Whoa, really?? Are you sure you don't have that problem without this patch? The test for curl existed in the original configure.ac, and I just moved the existing test to build/pkgs/curl/spkg-configure.m4 pretty much unmodified. It's not clear to me where it's looking for bc either. I thought bc was one of those things that's pretty much always there, like grep (albeit more obscure).

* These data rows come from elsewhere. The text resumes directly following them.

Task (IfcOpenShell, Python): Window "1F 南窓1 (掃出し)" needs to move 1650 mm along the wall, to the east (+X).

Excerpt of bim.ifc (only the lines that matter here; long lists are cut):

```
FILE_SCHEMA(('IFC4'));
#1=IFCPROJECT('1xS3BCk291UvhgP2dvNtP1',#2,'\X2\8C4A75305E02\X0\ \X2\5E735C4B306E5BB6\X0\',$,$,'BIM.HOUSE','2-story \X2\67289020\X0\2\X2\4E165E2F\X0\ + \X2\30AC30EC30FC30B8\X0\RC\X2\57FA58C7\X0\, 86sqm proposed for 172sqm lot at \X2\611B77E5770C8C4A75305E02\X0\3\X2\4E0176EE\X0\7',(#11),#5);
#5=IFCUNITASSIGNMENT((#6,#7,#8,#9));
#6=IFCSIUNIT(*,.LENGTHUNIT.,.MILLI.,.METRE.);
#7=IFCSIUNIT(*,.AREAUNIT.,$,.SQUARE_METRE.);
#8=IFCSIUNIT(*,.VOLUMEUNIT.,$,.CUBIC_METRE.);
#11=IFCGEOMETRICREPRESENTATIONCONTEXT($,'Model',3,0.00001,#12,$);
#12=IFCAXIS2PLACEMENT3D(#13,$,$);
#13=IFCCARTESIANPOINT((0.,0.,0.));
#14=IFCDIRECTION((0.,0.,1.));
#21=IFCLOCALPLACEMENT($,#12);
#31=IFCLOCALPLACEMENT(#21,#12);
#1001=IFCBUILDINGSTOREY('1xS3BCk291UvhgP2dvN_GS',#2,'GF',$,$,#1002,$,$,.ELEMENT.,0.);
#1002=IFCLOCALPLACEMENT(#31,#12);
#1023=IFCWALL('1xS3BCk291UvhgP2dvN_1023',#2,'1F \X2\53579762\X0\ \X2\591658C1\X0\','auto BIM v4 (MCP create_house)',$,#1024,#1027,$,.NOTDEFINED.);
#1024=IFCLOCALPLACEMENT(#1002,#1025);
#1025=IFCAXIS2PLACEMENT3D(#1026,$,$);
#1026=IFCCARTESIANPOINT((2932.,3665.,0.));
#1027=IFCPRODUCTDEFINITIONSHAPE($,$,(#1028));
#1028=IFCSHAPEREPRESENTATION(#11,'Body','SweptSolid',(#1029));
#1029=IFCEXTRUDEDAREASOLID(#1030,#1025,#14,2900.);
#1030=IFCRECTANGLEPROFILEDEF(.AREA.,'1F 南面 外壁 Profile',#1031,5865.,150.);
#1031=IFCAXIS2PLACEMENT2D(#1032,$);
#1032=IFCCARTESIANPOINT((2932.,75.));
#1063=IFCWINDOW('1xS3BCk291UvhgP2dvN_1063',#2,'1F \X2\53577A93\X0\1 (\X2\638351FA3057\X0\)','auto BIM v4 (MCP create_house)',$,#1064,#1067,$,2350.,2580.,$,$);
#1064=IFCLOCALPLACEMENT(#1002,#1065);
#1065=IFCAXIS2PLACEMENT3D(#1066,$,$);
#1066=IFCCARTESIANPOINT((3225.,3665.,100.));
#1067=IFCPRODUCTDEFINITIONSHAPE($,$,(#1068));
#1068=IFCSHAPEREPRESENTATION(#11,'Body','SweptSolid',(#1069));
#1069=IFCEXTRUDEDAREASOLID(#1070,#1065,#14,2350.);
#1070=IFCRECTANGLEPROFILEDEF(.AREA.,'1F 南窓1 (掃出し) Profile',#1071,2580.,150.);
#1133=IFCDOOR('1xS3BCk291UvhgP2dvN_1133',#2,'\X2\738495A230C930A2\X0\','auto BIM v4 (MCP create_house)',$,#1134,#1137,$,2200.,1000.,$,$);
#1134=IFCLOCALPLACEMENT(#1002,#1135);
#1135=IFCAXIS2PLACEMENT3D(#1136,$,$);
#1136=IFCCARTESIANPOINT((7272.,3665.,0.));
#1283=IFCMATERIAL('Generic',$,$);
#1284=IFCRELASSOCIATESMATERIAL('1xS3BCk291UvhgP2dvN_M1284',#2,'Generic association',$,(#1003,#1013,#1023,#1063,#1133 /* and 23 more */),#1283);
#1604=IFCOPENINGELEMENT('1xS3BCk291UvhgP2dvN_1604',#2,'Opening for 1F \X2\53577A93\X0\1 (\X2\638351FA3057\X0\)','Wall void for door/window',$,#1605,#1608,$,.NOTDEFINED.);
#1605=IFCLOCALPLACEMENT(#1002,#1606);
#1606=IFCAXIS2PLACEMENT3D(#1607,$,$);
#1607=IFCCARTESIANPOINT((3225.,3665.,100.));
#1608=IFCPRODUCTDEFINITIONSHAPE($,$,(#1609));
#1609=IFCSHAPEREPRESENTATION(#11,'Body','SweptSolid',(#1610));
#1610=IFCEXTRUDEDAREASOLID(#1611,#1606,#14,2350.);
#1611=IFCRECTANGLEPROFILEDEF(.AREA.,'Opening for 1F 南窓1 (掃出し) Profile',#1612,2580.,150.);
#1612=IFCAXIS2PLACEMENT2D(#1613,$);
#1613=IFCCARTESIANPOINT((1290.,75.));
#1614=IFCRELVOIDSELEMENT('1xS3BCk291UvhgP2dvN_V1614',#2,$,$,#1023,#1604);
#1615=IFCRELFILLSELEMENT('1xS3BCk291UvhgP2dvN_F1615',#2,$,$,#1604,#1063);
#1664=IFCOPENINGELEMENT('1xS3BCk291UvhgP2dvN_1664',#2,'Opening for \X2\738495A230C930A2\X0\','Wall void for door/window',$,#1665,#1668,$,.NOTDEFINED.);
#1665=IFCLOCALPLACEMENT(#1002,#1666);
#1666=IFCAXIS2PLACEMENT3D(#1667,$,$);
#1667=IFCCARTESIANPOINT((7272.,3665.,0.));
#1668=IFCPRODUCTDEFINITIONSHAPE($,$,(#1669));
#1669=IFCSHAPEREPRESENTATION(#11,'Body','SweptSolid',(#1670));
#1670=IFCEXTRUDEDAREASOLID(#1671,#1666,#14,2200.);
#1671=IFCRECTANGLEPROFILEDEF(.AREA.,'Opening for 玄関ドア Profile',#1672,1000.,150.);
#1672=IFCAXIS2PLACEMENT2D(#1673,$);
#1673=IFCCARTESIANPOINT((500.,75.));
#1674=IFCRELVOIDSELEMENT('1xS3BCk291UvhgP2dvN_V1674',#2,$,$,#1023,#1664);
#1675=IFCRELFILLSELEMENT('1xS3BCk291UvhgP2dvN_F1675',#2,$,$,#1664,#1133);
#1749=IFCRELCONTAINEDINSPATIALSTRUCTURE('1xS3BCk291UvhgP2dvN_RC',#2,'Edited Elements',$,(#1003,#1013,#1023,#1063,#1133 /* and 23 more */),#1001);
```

```python
import ifcopenshell
import ifcopenshell.api.geometry
import ifcopenshell.util.placement

model = ifcopenshell.open("bim.ifc")

window = model.by_guid("1xS3BCk291UvhgP2dvN_1063")
opening = window.FillsVoids[0].RelatingOpeningElement
wall = opening.VoidsElements[0].RelatingBuildingElement

wall_matrix = ifcopenshell.util.placement.get_local_placement(wall.ObjectPlacement)
shift = wall_matrix[:3, 0] * 1650.0
before = ifcopenshell.util.placement.get_local_placement(window.ObjectPlacement)[:3, 3].copy()

# The window is not placed relative to its opening, so move both.
for product in (opening, window):
    matrix = ifcopenshell.util.placement.get_local_placement(product.ObjectPlacement)
    matrix[:3, 3] += shift
    ifcopenshell.api.geometry.edit_object_placement(model, product=product, matrix=matrix, is_si=False)

after = ifcopenshell.util.placement.get_local_placement(window.ObjectPlacement)[:3, 3]
print("window moved by", (after - before).round(3) + 0.0)

model.write("bim_v2.ifc")
```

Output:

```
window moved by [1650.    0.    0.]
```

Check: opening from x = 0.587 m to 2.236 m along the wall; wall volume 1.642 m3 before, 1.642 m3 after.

Could you be more specific about ho that came up? Was there something in config.log?

comment:57

Replying to @dimpase:

I've tried creating more spkg-configure.m4. I'm attaching one for xz. Not sure it's OK to use cut, but here it goes.

I can't imagine it wouldn't be OK to use cut. Again, it's a POSIX standard program, and the flags you're using are standard as well. Are you working on OSX? I feel like if it works on OSX it should work on any other platform we're supporting. If you're worried about it we could also put in an AC_PROG_CHECK for cut.

If nothing else, I believe that if errors occur in dependency checks, then we should just fail on detecting the dependency and build it.

comment:58

Out of curiosity

6	            changequote(<,>)
7	            xz_version=`$ac_path_XZ --version 2>&1 \
8	                | cut -d' ' -f4 | $SED -n 1p`
9	            changequote([,])

why the changequote(<,>) here? It's not immediately obvious that anything in that command would be interpreted as quoting. But I must be missing a subtlety--please enlighten me.

LGTM otherwise.

comment:59

Replying to @embray:

Replying to @dimpase:

I also saw build/pkgs/curl/spkg-configure.m4 not working due to bc not installed.
So bc should be added to build pre-reqs.

Whoa, really?? Are you sure you don't have that problem without this patch?

I built Sage on that system, a Debian 8(?) xlc container on CromeOS laptop, before, just fine. I suppose that test for curl just failed, and as a result Sage's curl was built.

Somehow bc was not installed.

The test for curl existed in the original configure.ac, and I just moved the existing test to build/pkgs/curl/spkg-configure.m4 pretty much unmodified. It's not clear to me where it's looking for bc either. I thought bc was one of those things that's pretty much always there, like grep (albeit more obscure).

Could you be more specific about ho that came up? Was there something in config.log?

Yes, I saw "bc not found" in config.log, in a curl-related chunk.

I'm away from the box till evening but you can try uninstalling bc yourself and observing the result.

comment:60

I'll have to figure out what exactly was trying to use bc and not finding it. That could be a bug in on of the standard autoconf macros, because in general they won't try to use a program that autoconf hasn't found first.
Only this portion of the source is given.